CICS Journal Management

CICS journal management covers how journals (log streams or journal data sets) are used to record events and data for recovery, backout, and auditing. CICS and other components write system journal records automatically; application programs can write their own records using EXEC CICS WRITE JOURNALNAME (or WRITE JOURNALNUM). Each journal record has a structure that includes system header and prefix information plus the journal data. Understanding journal management helps you design application journaling and use CICS recovery facilities.

Explain Like I'm Five: What Is a Journal?

A journal is like a diary the computer keeps. Every time something important happens (or your program says "write this down"), the system adds a line to the diary. Later, if something goes wrong, people can read the diary to see what happened and sometimes undo or redo work. Your program can add its own lines (WRITE JOURNALNAME) so that your actions are in the diary too. The diary has a special format so the system knows what each line means.

What Are CICS Journals Used For?

CICS journals are used for: (1) dynamic transaction backout—recording updates so they can be undone if a task fails or backs out; (2) forward recovery—recording changes so resources (e.g. files) can be recovered after a failure; (3) restart—replaying or using journal data after a CICS or region restart; (4) auditing and problem determination—having a trail of what happened. Application programs that need to participate in recovery or need an audit trail can write their own journal records in addition to the records CICS writes.
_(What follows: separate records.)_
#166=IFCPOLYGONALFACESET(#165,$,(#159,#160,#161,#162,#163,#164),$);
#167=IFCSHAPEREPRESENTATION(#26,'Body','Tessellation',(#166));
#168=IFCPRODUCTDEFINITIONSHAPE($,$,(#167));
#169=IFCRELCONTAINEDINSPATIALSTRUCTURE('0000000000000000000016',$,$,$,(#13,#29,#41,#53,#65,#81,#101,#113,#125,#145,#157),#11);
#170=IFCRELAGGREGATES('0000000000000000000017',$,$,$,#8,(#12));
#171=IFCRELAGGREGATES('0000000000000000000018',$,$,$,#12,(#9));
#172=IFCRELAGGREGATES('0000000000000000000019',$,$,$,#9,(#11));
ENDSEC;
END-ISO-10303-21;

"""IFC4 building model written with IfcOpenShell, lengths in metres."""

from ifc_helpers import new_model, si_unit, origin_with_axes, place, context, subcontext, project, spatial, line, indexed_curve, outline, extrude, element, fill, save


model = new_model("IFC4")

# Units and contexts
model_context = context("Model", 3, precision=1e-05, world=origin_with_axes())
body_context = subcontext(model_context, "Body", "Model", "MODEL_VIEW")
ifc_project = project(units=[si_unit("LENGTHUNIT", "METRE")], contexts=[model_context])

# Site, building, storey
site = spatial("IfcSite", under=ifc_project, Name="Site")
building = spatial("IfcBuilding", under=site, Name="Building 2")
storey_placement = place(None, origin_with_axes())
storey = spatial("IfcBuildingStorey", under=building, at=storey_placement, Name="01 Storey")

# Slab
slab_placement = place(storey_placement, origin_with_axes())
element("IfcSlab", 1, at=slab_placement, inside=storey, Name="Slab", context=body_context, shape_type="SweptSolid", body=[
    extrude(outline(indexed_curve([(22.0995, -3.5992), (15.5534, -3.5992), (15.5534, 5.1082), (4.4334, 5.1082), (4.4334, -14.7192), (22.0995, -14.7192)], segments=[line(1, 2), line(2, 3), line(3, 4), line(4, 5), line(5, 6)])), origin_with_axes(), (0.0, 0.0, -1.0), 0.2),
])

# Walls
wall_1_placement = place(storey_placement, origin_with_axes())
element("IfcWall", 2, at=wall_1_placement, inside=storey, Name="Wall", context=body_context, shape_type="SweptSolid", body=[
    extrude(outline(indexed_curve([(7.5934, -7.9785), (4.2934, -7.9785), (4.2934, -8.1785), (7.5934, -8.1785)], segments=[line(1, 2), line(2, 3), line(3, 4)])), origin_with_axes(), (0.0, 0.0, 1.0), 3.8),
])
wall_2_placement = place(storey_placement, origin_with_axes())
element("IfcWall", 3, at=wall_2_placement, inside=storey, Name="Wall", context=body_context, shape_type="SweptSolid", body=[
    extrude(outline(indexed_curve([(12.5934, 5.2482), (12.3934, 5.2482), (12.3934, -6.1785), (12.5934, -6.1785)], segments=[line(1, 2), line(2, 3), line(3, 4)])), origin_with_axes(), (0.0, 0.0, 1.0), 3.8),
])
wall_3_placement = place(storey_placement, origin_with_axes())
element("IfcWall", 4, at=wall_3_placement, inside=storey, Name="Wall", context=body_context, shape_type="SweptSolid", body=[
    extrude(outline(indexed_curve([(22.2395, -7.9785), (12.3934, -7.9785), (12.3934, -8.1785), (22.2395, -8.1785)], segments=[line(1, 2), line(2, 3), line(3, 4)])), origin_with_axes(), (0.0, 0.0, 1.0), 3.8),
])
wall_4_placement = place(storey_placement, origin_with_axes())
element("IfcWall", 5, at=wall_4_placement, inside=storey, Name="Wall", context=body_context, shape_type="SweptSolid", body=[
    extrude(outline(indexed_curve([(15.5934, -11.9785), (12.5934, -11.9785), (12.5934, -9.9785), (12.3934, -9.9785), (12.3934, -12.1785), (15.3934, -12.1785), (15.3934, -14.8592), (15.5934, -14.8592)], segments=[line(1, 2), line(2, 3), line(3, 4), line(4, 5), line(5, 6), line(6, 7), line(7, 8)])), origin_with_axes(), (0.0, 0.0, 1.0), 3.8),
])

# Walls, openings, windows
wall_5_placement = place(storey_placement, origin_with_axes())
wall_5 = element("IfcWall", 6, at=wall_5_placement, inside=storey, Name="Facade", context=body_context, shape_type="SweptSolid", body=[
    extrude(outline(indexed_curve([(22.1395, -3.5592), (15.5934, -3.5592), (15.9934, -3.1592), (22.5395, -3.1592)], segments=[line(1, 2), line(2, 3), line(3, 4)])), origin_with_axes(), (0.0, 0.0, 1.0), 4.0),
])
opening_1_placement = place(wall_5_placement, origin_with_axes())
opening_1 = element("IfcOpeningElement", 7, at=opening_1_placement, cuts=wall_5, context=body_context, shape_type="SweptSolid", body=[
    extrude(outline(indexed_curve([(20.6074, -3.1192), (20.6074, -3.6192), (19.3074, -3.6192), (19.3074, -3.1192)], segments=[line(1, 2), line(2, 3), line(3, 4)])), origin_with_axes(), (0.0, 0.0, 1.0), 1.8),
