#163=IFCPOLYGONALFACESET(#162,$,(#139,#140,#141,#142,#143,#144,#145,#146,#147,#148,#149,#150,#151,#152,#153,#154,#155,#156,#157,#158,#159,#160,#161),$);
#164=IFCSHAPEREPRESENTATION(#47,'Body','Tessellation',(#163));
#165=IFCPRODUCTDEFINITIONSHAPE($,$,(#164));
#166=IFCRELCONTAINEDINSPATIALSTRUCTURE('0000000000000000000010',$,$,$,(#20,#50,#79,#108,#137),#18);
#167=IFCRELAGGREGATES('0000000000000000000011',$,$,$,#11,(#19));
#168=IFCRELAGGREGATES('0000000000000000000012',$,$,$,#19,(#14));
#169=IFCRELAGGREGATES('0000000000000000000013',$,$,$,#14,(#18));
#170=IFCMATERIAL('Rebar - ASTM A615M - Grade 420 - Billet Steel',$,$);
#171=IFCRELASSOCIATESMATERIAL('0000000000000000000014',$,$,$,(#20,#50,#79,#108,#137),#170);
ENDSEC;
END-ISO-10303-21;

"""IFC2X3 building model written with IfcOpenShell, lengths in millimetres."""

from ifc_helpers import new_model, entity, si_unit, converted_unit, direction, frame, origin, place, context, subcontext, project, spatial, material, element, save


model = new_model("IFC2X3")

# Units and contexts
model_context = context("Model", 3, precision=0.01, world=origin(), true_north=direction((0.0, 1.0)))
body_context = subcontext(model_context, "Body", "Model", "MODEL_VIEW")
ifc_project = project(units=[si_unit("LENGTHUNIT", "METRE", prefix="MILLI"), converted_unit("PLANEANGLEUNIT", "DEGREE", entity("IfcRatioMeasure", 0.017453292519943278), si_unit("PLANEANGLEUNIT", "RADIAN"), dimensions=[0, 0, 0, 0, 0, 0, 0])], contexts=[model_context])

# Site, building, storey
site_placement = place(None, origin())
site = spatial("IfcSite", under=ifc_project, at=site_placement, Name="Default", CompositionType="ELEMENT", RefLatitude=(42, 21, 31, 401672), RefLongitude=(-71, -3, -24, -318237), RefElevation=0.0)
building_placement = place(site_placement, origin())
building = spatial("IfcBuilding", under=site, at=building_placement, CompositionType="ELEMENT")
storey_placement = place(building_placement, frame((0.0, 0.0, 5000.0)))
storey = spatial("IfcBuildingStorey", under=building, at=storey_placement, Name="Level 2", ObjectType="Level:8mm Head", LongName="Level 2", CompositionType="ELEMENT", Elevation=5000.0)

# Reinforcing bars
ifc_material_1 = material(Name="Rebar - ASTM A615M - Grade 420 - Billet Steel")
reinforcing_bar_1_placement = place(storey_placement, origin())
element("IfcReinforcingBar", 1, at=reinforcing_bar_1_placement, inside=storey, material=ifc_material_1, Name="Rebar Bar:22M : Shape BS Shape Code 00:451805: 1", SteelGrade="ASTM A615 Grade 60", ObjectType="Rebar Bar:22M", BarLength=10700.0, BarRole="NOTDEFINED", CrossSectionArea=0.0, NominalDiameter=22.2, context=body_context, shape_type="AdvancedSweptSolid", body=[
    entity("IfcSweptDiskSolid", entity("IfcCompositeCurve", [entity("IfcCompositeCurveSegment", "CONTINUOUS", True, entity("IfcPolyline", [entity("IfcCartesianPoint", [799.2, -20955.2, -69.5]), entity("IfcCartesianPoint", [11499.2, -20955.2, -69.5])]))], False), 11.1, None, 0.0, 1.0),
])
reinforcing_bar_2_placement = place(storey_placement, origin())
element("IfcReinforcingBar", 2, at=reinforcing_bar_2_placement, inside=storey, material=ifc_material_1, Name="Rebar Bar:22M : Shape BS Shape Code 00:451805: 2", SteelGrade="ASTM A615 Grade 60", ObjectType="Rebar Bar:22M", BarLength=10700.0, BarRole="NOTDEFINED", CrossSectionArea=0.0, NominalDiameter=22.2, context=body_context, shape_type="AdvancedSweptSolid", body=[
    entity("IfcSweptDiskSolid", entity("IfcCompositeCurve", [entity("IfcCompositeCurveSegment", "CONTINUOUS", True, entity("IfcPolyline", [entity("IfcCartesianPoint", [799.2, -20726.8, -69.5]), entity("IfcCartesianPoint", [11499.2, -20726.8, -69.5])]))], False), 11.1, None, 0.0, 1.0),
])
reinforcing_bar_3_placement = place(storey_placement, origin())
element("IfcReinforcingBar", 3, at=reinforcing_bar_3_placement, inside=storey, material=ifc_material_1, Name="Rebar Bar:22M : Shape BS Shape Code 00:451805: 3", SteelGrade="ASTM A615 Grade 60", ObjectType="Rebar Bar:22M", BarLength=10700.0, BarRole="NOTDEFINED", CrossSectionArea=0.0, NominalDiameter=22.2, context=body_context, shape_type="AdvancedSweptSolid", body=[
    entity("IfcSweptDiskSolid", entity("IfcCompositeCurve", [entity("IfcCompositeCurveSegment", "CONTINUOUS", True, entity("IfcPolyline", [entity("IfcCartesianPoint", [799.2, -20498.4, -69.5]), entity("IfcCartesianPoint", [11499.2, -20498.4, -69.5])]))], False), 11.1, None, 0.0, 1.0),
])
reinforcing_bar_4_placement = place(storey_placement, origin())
Writing Application Data: WRITE JOURNALNAME and WRITE JOURNALNUM

To write a record to a journal from an application program, use EXEC CICS WRITE JOURNALNAME(name) JOURNALLENGTH(length) FROM(data-area). The journal name is the 1–8 character name of a journal defined in the CICS JOURNALS resource. JOURNALLENGTH is the length in bytes of the data you are writing (from the FROM area). You can optionally specify JTYPEID—a 2-byte value that identifies the type of your record (user type ID). This lets readers of the journal distinguish different record types. WRITE JOURNALNUM is the same idea but you identify the journal by a numeric ID instead of a name. Both commands require the journal to be defined and the task to have permission to write to it.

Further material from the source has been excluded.